The Lazy plugin manager for Neovim makes use of a lock file to track the
current version of each plugin. The file, lazu-lock.json, is a peer to the
init.lua file at the root of my configuration.
Between my personal laptop, work laptop, virtual admin workstation for work, and two or three other personal machines, I have multiple active installations of my Neovim configuration. MacOS and several flavors of Linux make up the operating systems involved.
I’ve been using Git and GitHub to manage my “dotfiles” for years. Any time I setup a new machine I create a new SSH key and copy it to GitHub, then I clone my dotfiles repository, and finally run my install script. Neovim, Git, tmux, bash, and several other configuration files are copied or linked into place.

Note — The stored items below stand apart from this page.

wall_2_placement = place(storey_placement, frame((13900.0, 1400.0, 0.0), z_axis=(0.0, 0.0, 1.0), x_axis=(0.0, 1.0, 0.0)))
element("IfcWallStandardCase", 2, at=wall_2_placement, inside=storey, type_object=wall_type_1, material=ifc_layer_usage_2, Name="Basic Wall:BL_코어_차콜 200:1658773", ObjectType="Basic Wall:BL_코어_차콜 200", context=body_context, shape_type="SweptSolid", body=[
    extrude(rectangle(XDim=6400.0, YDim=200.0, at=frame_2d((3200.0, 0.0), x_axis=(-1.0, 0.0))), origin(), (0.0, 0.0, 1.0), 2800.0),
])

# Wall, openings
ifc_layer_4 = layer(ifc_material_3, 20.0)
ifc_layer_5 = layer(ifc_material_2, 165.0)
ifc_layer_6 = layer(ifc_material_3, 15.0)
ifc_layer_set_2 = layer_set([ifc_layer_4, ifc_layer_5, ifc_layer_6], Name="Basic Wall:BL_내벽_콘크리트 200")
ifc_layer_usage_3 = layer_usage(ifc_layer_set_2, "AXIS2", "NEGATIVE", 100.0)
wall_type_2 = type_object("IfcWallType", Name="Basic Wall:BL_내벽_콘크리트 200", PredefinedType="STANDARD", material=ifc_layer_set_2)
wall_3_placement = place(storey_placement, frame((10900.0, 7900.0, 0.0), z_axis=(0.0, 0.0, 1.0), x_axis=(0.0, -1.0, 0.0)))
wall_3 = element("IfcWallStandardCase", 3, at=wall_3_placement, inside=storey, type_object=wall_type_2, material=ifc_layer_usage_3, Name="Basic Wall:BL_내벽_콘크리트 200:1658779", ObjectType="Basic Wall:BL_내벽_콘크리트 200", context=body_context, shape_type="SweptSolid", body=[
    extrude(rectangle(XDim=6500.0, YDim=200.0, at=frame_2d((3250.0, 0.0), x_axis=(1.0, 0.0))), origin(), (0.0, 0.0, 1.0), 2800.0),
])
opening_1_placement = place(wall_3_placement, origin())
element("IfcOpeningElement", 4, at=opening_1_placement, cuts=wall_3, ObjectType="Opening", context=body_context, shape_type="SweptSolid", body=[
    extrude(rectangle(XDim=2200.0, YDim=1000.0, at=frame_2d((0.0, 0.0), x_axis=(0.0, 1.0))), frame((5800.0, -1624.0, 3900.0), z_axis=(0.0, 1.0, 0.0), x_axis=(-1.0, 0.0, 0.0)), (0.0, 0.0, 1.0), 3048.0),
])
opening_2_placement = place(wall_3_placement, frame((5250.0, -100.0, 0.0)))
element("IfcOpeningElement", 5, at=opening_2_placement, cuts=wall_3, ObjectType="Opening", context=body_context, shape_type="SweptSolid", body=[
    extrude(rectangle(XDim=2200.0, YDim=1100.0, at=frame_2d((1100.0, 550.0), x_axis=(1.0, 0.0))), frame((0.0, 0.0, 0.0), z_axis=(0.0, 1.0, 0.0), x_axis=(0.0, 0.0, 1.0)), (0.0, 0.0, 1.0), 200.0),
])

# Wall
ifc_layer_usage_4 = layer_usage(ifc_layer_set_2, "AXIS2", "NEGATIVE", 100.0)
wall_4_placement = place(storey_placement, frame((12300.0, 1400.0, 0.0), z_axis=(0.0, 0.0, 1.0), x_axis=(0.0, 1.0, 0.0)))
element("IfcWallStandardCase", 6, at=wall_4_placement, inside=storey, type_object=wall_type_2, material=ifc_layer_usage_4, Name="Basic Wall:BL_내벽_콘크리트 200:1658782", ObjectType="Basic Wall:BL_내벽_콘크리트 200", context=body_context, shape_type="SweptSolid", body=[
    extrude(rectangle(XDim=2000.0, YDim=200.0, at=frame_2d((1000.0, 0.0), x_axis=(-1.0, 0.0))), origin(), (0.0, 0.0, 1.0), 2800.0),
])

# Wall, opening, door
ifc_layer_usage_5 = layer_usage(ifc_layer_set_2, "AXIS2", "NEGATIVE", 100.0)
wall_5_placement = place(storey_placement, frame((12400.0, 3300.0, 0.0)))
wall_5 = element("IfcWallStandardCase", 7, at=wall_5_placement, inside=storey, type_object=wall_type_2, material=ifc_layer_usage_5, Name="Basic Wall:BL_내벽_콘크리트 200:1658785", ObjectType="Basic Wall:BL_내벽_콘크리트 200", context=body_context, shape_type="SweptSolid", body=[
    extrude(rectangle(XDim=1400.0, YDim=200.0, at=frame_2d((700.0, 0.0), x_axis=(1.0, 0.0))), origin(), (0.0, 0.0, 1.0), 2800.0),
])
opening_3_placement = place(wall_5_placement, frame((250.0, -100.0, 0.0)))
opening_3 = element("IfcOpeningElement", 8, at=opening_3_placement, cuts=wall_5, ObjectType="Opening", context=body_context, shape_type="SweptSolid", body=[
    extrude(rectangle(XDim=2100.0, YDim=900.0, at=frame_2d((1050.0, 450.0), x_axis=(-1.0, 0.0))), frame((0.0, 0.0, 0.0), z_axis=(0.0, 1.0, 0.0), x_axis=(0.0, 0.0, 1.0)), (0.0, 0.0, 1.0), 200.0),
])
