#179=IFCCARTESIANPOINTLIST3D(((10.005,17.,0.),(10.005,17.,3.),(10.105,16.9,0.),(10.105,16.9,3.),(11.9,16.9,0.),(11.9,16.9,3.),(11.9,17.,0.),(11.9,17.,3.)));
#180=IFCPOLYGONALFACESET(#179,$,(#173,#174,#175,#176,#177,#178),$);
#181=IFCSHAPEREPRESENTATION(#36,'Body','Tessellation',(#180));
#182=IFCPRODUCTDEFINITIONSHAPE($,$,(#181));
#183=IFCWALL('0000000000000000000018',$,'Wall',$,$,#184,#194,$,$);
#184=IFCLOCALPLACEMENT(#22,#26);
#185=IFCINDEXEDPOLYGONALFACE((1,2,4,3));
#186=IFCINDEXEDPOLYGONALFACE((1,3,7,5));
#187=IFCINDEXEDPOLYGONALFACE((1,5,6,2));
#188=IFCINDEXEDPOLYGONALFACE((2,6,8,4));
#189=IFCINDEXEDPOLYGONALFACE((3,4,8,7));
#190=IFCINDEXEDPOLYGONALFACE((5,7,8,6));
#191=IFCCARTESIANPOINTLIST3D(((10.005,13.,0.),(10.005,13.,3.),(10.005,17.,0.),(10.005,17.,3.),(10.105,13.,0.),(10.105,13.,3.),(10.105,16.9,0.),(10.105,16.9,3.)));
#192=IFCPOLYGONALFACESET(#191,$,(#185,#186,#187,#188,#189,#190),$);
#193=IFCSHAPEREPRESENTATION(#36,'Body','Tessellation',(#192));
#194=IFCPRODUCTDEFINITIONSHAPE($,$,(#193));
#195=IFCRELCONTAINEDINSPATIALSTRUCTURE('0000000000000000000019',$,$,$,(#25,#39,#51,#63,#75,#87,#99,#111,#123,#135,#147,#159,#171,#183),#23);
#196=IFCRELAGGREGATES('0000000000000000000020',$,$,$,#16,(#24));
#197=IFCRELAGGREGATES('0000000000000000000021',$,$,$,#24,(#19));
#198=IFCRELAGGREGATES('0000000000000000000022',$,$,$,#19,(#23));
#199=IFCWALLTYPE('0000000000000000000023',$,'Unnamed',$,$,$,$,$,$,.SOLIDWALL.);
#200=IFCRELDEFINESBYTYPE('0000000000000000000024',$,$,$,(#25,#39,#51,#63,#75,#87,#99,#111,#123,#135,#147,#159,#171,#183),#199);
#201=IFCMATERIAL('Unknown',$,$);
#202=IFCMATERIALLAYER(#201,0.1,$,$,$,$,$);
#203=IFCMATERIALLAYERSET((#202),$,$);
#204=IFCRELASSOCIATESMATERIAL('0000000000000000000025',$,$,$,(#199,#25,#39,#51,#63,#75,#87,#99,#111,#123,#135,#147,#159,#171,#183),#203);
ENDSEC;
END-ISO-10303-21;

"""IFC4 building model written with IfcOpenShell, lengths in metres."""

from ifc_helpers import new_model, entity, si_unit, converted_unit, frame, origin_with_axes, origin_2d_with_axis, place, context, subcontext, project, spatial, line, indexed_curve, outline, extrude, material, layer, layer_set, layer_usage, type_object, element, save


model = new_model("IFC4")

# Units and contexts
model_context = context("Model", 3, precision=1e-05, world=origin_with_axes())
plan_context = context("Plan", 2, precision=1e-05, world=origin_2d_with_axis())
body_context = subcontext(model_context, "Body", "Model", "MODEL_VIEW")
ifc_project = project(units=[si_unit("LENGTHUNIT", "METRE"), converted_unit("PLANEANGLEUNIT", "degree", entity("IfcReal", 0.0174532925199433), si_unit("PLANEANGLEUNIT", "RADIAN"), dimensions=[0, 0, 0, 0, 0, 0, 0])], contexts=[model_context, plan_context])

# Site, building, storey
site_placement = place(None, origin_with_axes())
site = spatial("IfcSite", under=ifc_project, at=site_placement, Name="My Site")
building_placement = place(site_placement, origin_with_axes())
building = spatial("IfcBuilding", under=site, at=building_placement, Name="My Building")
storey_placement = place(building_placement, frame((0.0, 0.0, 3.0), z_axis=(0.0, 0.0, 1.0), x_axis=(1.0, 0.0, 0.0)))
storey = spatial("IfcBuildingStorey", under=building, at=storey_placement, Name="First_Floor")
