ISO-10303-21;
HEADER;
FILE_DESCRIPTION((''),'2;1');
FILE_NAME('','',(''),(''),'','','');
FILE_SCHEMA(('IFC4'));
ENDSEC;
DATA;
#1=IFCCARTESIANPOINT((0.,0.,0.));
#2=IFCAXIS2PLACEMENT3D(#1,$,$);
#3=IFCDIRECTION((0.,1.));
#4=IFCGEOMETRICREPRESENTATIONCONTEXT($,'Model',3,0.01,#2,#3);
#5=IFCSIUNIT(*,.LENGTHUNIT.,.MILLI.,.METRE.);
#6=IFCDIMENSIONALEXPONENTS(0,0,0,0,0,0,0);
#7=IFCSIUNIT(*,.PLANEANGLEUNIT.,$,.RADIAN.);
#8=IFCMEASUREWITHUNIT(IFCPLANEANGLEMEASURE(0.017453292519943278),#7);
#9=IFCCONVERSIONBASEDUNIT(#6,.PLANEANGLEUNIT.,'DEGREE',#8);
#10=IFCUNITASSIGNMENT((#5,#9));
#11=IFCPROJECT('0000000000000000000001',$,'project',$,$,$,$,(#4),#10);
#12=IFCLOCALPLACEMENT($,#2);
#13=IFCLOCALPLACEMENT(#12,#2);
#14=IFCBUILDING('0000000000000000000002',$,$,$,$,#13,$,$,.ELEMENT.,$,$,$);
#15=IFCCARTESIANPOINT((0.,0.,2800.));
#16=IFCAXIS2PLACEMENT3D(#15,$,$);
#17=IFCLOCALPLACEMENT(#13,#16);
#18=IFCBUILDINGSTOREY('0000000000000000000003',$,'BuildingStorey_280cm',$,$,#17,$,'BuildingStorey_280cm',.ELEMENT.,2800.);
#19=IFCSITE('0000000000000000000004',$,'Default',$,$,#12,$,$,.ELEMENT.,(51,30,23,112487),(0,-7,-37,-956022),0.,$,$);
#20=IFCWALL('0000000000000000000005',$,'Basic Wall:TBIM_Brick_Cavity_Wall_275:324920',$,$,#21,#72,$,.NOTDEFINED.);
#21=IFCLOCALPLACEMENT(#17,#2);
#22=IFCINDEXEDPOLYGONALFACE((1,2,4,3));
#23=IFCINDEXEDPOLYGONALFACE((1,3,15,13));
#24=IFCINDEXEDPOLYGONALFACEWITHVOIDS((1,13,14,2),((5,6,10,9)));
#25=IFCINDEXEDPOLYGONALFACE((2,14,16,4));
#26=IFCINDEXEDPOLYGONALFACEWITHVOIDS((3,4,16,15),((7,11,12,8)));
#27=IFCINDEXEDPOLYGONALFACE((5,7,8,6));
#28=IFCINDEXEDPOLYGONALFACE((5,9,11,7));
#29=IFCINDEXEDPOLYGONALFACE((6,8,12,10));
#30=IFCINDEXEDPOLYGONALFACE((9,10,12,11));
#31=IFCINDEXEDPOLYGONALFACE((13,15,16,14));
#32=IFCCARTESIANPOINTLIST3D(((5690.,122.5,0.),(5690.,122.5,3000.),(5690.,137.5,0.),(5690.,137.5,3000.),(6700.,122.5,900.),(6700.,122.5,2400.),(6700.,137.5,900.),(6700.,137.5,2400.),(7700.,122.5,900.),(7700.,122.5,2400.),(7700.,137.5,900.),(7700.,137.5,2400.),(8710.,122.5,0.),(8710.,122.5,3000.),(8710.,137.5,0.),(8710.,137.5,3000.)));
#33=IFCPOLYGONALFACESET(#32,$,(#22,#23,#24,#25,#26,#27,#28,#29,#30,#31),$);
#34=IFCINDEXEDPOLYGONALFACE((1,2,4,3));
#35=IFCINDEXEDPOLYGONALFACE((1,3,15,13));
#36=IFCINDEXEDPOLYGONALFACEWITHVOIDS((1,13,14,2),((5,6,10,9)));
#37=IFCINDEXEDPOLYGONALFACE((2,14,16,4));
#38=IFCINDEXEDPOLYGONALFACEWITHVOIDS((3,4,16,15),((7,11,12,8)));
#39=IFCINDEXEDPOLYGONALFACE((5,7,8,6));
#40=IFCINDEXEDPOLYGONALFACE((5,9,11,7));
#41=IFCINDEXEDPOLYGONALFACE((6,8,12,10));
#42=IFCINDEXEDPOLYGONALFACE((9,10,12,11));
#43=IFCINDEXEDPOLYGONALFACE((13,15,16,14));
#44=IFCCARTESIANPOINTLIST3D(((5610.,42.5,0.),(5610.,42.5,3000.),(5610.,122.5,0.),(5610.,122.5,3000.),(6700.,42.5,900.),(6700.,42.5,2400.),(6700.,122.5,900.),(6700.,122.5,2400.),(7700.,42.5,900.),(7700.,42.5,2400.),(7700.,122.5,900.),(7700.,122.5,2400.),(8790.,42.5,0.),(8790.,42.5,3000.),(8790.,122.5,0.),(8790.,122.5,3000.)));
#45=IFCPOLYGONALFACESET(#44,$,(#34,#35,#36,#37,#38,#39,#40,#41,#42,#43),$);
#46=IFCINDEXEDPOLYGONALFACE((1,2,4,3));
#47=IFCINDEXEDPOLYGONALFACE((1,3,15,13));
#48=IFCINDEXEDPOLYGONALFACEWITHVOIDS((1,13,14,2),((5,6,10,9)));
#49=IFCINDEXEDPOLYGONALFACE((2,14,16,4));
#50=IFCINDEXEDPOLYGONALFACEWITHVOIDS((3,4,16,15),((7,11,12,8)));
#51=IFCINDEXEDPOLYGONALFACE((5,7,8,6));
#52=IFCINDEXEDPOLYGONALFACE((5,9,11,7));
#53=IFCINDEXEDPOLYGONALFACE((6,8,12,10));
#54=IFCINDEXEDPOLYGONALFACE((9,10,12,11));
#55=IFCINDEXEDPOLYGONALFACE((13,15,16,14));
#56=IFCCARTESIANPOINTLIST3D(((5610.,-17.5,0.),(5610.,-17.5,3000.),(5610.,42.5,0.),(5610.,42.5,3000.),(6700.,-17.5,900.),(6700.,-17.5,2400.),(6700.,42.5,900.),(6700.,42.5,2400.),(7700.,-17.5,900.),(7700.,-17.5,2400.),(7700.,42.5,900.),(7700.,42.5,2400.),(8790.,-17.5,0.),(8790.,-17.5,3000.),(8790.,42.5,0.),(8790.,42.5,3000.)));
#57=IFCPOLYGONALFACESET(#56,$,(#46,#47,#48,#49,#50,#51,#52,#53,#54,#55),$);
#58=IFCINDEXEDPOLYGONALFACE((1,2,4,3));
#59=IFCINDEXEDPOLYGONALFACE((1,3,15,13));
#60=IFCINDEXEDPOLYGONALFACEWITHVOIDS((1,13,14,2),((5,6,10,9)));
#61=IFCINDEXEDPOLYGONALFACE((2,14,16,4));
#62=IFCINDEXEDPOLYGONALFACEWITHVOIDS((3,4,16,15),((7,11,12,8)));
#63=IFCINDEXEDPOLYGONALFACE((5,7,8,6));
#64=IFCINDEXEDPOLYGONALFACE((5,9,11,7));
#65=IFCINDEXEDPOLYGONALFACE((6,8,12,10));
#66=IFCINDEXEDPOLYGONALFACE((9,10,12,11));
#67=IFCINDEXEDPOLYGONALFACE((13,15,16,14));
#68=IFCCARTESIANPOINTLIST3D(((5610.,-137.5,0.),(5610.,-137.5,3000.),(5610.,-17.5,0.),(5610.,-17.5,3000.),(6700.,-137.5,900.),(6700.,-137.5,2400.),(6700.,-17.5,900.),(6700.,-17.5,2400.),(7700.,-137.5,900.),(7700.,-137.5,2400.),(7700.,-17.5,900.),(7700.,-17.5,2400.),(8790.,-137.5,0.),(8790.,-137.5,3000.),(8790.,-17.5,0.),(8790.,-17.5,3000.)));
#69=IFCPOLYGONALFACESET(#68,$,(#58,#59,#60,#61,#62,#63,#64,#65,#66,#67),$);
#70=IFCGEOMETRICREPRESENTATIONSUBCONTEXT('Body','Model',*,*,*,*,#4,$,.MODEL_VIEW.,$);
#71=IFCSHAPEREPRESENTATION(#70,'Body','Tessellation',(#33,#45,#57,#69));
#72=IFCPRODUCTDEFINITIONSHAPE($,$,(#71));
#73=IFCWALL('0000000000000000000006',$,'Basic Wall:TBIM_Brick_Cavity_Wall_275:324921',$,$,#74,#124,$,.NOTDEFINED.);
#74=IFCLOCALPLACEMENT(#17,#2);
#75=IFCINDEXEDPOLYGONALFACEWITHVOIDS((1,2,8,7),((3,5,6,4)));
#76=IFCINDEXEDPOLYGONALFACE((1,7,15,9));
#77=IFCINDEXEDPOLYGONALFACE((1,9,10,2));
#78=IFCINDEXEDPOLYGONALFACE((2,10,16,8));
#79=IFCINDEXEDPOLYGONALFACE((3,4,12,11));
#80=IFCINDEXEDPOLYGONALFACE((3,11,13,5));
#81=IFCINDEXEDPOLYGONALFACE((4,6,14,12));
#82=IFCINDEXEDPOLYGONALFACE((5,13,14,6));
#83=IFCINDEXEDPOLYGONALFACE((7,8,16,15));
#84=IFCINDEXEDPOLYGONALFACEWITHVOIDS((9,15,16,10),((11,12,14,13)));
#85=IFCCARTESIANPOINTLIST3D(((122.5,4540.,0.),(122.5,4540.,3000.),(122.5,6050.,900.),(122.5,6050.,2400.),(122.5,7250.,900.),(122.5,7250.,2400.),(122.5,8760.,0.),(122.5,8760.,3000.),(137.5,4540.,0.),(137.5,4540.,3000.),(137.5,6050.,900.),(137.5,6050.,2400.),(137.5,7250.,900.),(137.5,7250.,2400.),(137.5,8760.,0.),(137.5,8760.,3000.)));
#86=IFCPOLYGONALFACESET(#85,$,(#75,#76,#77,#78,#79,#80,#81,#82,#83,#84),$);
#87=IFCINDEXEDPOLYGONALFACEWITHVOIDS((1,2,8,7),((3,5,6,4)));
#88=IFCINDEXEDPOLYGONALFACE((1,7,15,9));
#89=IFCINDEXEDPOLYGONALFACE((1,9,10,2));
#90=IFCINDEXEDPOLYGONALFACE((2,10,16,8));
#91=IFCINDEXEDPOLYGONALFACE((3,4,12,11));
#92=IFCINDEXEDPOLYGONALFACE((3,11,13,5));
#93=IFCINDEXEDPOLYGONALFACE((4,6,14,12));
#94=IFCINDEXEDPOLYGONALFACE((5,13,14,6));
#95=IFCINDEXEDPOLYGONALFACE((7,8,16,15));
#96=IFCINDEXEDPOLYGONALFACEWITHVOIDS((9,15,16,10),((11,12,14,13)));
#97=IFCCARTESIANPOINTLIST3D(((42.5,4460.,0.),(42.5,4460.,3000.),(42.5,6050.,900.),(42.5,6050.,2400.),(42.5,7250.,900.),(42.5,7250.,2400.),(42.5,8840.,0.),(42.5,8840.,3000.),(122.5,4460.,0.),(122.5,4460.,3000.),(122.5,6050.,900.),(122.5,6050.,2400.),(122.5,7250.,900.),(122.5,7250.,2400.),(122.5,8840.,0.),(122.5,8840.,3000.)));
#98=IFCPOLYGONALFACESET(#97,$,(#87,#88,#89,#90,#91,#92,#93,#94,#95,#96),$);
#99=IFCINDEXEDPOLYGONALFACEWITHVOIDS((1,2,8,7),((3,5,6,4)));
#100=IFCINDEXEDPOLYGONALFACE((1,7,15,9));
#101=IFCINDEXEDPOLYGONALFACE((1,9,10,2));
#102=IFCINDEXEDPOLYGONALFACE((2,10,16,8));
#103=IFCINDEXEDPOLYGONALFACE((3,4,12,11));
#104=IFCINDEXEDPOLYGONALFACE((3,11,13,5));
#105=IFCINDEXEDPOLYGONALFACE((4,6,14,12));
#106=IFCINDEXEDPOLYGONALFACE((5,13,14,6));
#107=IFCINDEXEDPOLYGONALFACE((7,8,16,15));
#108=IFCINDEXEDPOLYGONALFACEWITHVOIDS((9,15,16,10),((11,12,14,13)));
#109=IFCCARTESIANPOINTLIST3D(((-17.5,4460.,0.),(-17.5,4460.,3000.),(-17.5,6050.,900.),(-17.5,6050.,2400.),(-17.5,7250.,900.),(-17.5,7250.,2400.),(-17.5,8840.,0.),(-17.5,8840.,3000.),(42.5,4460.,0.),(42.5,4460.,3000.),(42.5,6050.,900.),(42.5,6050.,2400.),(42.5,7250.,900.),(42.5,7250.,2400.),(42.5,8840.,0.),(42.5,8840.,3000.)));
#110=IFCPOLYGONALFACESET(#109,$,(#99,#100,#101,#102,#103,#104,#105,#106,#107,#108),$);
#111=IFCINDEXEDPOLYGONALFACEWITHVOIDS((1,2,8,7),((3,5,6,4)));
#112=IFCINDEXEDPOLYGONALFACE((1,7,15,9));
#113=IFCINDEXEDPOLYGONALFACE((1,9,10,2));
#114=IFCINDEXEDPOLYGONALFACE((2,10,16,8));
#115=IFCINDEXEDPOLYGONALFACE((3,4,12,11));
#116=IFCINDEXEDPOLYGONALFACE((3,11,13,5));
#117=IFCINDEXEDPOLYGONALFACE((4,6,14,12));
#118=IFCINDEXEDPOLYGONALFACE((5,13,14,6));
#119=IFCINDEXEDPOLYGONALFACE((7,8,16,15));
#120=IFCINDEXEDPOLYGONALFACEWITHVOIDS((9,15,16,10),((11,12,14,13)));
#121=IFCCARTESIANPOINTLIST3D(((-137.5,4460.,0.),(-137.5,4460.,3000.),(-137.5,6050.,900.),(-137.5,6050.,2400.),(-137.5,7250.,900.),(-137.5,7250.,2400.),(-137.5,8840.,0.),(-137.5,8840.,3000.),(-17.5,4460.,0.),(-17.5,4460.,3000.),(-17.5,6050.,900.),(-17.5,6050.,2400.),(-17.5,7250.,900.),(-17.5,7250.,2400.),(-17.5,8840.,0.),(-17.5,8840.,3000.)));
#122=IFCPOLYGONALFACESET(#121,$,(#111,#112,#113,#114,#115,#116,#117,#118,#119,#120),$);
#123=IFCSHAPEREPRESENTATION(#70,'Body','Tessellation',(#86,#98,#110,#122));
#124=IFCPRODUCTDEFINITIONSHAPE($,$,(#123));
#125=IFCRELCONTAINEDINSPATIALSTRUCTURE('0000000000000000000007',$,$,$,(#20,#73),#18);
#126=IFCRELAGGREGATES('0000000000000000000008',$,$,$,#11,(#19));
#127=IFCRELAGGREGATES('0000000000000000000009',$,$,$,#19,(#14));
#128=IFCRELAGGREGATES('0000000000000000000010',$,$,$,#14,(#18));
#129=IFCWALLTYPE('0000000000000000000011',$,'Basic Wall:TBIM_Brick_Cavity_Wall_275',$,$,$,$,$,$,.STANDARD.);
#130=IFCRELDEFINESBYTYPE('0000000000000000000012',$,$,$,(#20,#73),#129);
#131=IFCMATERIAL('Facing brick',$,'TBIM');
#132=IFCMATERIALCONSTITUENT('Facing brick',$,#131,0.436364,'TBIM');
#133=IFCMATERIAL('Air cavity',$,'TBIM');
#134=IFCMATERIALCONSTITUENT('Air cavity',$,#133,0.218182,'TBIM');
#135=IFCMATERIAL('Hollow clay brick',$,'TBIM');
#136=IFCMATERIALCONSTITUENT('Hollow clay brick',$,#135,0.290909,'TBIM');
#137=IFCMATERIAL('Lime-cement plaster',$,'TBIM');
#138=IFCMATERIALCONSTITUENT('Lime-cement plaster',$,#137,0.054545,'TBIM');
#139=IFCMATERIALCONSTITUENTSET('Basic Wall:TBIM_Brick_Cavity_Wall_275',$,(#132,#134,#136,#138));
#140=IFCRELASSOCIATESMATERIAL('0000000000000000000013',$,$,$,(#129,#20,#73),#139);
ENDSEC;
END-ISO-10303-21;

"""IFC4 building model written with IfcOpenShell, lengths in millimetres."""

from ifc_helpers import new_model, entity, si_unit, converted_unit, direction, frame, origin, place, context, subcontext, project, spatial, indexed_curve, outline, extrude, material, constituent, constituent_set, type_object, element, save


model = new_model("IFC4")

# Units and contexts
model_context = context("Model", 3, precision=0.01, world=origin(), true_north=direction((0.0, 1.0)))
body_context = subcontext(model_context, "Body", "Model", "MODEL_VIEW")
ifc_project = project(units=[si_unit("LENGTHUNIT", "METRE", prefix="MILLI"), converted_unit("PLANEANGLEUNIT", "DEGREE", entity("IfcPlaneAngleMeasure", 0.017453292519943278), si_unit("PLANEANGLEUNIT", "RADIAN"), dimensions=[0, 0, 0, 0, 0, 0, 0])], contexts=[model_context])

# Site, building, storey
site_placement = place(None, origin())
site = spatial("IfcSite", under=ifc_project, at=site_placement, Name="Default", CompositionType="ELEMENT", RefLatitude=(51, 30, 23, 112487), RefLongitude=(0, -7, -37, -956022), RefElevation=0.0)
building_placement = place(site_placement, origin())
building = spatial("IfcBuilding", under=site, at=building_placement, CompositionType="ELEMENT")
storey_placement = place(building_placement, frame((0.0, 0.0, 2800.0)))
storey = spatial("IfcBuildingStorey", under=building, at=storey_placement, Name="BuildingStorey_280cm", LongName="BuildingStorey_280cm", CompositionType="ELEMENT", Elevation=2800.0)

# Shared definitions
ifc_material_1 = material(Name="Lime-cement plaster", Category="TBIM")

Until a day or two ago, the Neovim configuration included the Lazy Lock file.
However, every time I’d update the plugins on one machine, it would create merge
conflicts on the other machines. The easiest way to resolve the conflicts was
to delete the lazy-lock.json file, and then run a Lazy Sync to recreate it.
It occurred to me that having the same exact version of plugins on each machine wasn’t important. I was re-running the sync process already, to clean up the merge conflicts, why not just run it as needed? I’d still have the same plugins installed, but the exact version may differ slightly.
This has made running a Lazy Sync have less mental overhead (no more worries about merge conflicts) and it has made pulling the latest version of my dotfiles to a machine quicker and easier.